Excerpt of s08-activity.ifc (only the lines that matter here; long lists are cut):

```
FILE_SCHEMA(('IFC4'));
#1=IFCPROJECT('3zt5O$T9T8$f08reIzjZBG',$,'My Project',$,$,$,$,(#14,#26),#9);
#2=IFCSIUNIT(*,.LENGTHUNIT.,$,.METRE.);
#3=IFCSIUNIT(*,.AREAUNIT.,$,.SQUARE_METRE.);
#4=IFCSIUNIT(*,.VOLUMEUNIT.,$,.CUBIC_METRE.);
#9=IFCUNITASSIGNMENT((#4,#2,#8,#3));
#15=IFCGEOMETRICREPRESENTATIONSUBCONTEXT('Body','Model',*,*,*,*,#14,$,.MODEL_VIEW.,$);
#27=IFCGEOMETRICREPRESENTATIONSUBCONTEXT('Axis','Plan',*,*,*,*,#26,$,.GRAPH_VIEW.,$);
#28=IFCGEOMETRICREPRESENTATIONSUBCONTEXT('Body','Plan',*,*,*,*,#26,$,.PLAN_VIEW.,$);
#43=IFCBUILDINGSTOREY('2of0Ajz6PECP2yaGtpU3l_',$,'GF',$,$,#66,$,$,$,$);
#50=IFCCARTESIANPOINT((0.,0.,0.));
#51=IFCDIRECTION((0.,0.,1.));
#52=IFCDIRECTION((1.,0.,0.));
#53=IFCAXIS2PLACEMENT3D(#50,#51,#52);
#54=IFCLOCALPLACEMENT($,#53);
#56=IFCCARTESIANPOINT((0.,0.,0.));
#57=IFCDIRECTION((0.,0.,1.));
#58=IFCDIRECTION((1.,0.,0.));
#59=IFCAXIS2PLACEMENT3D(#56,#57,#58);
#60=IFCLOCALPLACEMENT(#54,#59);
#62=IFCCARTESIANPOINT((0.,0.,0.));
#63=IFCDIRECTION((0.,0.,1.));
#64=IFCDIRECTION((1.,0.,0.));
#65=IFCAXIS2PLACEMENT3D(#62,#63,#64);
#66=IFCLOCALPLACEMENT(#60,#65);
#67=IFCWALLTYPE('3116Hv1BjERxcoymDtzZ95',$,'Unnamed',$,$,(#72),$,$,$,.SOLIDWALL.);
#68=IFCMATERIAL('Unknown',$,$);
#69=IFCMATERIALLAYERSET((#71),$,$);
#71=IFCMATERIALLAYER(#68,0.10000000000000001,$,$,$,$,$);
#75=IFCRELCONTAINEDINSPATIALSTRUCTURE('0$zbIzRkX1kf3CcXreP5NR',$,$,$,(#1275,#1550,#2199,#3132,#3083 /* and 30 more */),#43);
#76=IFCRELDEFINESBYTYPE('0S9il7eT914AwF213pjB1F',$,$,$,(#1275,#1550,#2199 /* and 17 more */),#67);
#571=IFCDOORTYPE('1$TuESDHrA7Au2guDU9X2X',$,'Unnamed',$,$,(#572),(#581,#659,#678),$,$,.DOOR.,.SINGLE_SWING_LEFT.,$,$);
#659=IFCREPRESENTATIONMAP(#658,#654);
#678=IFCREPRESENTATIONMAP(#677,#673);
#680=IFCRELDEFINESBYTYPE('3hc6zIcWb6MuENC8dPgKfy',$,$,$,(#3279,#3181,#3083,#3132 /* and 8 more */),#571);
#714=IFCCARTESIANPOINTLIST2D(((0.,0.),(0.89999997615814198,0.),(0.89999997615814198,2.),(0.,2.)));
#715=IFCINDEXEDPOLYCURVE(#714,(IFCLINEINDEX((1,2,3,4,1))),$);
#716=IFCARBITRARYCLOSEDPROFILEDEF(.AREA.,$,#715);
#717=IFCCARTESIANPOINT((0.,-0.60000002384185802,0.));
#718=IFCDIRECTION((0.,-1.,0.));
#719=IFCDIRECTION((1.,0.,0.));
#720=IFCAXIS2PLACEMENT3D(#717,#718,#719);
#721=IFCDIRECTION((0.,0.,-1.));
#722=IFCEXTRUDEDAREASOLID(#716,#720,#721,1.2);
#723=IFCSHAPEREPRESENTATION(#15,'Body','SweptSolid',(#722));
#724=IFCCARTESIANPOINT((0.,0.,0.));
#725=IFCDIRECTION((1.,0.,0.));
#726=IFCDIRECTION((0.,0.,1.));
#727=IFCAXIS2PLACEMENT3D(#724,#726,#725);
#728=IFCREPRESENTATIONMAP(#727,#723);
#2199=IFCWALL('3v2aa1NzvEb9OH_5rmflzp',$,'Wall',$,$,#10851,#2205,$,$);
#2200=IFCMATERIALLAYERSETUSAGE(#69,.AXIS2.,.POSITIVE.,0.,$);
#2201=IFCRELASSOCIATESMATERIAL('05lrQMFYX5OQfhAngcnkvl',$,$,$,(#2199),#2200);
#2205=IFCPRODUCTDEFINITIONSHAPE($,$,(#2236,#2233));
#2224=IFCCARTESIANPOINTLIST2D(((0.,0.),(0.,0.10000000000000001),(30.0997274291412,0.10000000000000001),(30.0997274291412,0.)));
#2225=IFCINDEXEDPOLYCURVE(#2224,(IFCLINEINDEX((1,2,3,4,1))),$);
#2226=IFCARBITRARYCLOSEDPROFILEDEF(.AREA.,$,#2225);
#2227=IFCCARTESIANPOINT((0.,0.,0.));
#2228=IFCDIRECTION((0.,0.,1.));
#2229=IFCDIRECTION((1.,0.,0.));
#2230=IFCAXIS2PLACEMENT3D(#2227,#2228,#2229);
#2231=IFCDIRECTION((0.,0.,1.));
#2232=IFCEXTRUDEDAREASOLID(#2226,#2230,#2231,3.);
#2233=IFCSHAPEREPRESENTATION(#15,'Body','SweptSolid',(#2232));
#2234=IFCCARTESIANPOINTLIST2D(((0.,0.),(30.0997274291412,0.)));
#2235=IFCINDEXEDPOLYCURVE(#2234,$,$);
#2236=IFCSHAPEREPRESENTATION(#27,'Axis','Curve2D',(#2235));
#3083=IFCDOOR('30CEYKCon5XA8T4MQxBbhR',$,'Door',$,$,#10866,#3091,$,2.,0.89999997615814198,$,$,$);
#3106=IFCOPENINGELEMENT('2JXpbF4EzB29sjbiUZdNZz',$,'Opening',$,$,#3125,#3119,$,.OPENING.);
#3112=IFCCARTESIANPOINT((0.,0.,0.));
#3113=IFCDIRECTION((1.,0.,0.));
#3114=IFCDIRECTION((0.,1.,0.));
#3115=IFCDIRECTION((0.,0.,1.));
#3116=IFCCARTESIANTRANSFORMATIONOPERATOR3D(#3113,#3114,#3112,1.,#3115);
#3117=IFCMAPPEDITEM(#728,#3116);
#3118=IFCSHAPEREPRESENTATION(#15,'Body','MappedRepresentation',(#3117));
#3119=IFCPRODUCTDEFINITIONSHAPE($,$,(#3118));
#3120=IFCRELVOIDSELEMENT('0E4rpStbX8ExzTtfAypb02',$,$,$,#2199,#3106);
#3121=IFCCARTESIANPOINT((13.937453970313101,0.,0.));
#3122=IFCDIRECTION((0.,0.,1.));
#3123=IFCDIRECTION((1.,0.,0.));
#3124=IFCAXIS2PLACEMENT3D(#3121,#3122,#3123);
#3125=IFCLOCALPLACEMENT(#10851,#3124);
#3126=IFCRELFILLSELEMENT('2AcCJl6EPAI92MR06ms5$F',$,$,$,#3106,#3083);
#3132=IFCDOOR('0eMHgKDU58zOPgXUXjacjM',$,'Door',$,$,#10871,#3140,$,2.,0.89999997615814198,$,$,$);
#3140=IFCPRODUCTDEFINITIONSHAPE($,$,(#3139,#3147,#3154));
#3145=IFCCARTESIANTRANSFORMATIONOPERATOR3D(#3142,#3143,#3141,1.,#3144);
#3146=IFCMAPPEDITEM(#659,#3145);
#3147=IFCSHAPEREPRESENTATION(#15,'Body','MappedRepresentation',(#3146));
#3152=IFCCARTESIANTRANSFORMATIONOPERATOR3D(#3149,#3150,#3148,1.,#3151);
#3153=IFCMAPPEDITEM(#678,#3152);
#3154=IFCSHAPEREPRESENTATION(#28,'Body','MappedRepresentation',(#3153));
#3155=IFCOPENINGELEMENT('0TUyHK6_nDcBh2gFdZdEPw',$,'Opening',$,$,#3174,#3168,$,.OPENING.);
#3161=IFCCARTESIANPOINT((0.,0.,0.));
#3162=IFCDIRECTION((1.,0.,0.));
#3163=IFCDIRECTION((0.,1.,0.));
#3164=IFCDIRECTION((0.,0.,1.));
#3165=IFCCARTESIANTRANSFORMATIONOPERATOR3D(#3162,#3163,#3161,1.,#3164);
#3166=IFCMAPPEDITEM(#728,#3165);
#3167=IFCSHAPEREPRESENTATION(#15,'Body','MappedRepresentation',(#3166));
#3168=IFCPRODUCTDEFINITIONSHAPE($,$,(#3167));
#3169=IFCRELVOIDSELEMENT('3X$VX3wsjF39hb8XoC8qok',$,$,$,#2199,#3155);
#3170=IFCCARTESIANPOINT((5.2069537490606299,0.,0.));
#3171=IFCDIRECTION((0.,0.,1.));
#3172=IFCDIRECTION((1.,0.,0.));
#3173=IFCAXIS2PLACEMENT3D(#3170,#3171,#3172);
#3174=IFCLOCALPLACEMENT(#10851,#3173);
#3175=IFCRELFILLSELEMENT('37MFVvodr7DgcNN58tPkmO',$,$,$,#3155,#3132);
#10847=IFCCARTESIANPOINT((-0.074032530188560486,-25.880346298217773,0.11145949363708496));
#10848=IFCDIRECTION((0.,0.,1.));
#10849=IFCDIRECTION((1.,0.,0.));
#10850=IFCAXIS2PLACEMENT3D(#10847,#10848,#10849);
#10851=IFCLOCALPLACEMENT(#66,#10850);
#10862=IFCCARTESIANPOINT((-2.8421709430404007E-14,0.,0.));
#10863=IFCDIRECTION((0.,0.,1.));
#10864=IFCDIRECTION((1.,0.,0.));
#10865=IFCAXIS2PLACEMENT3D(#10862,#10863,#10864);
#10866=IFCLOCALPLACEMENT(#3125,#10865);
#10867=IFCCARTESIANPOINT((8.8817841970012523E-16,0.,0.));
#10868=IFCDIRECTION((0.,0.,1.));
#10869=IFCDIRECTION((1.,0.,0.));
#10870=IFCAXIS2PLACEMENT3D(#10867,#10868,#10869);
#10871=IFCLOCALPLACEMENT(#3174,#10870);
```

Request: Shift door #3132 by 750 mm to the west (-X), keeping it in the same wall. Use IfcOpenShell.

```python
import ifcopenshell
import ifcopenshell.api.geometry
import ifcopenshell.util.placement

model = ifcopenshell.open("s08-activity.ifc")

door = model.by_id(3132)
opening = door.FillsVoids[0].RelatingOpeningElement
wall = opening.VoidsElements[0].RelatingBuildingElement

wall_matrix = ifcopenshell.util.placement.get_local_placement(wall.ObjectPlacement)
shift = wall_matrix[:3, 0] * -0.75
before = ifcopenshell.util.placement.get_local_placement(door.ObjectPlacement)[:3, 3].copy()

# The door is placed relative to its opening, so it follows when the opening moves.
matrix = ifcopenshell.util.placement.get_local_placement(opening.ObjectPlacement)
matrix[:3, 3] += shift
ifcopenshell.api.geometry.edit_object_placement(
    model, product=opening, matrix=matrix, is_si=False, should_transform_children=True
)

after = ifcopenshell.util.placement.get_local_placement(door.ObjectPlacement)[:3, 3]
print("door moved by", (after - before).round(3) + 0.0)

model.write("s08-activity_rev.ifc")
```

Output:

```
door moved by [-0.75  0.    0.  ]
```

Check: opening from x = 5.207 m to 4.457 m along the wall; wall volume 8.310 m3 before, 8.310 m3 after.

[Work instruction] Every line in the data above that includes the word "IFCPRODUCTDEFINITIONSHAPE" should be copied.

[Response]
#2205=IFCPRODUCTDEFINITIONSHAPE($,$,(#2236,#2233));
#3119=IFCPRODUCTDEFINITIONSHAPE($,$,(#3118));
#3140=IFCPRODUCTDEFINITIONSHAPE($,$,(#3139,#3147,#3154));
#3168=IFCPRODUCTDEFINITIONSHAPE($,$,(#3167));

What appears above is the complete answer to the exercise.